Action item:
In the data below, which lines hold "Check"? Copy every one.

Dataset excerpts:
________

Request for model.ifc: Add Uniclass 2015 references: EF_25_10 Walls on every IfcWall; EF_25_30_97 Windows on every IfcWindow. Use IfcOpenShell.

First a look at what the model holds.

```python
import ifcopenshell

model = ifcopenshell.open("model.ifc")
print(model.schema)
print("classifications:", [c.Name for c in model.by_type("IfcClassification")])
for ifc_class in ("IfcDoor", "IfcRoof", "IfcStair", "IfcWall", "IfcWindow"):
    print(ifc_class, len(model.by_type(ifc_class)))
```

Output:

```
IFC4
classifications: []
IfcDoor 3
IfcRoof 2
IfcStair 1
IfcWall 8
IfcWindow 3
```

```python
import ifcopenshell
import ifcopenshell.api.classification

model = ifcopenshell.open("model.ifc")

system = ifcopenshell.api.classification.add_classification(model, classification="Uniclass 2015")

codes = {
    "IfcWall": ("EF_25_10", "Walls"),
    "IfcWindow": ("EF_25_30_97", "Windows"),
}
for ifc_class, (code, name) in codes.items():
    products = model.by_type(ifc_class)
    ifcopenshell.api.classification.add_reference(
        model, products=products, classification=system, identification=code, name=name
    )
    print(code, len(products))

model.write("model_edited.ifc")
```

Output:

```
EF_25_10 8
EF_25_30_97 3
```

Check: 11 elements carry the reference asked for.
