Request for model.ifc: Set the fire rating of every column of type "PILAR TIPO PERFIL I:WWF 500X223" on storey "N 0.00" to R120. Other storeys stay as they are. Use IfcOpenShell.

First a look at what the model holds.

```python
import ifcopenshell
import ifcopenshell.util.element

model = ifcopenshell.open("model.ifc")
print(model.schema)
storey = next(s for s in model.by_type("IfcBuildingStorey") if s.Name == "N 0.00")
columns = [e for e in ifcopenshell.util.element.get_decomposition(storey) if e.is_a("IfcColumn")]
seen = {}
for e in columns:
    element_type = ifcopenshell.util.element.get_type(e)
    key = (element_type.Name if element_type != e and element_type else None, ifcopenshell.util.element.get_pset(e, "Pset_ColumnCommon", "FireRating"))
    seen[key] = seen.get(key, 0) + 1
for (name, value), count in sorted(seen.items(), key=str):
    print(count, "x", name, "|", value)
```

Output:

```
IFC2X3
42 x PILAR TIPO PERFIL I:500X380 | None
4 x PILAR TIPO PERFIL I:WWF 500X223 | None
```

```python
import ifcopenshell
import ifcopenshell.api.pset
import ifcopenshell.util.element

model = ifcopenshell.open("model.ifc")

storey = next(s for s in model.by_type("IfcBuildingStorey") if s.Name == "N 0.00")
columns = [e for e in ifcopenshell.util.element.get_decomposition(storey) if e.is_a("IfcColumn")]

count = 0
for e in columns:
    element_type = ifcopenshell.util.element.get_type(e)
    if element_type in (None, e) or element_type.Name != "PILAR TIPO PERFIL I:WWF 500X223":
        continue
    # add_pset returns the element's existing set when there is one.
    pset = ifcopenshell.api.pset.add_pset(model, product=e, name="Pset_ColumnCommon")
    ifcopenshell.api.pset.edit_pset(model, pset=pset, properties={"FireRating": "R120"})
    count += 1

print(count, "columns updated")

model.write("model_edited.ifc")
```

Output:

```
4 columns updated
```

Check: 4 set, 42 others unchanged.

________

Answer to this problem:
Check: 11 elements carry the reference asked for.
Check: 4 set, 42 others unchanged.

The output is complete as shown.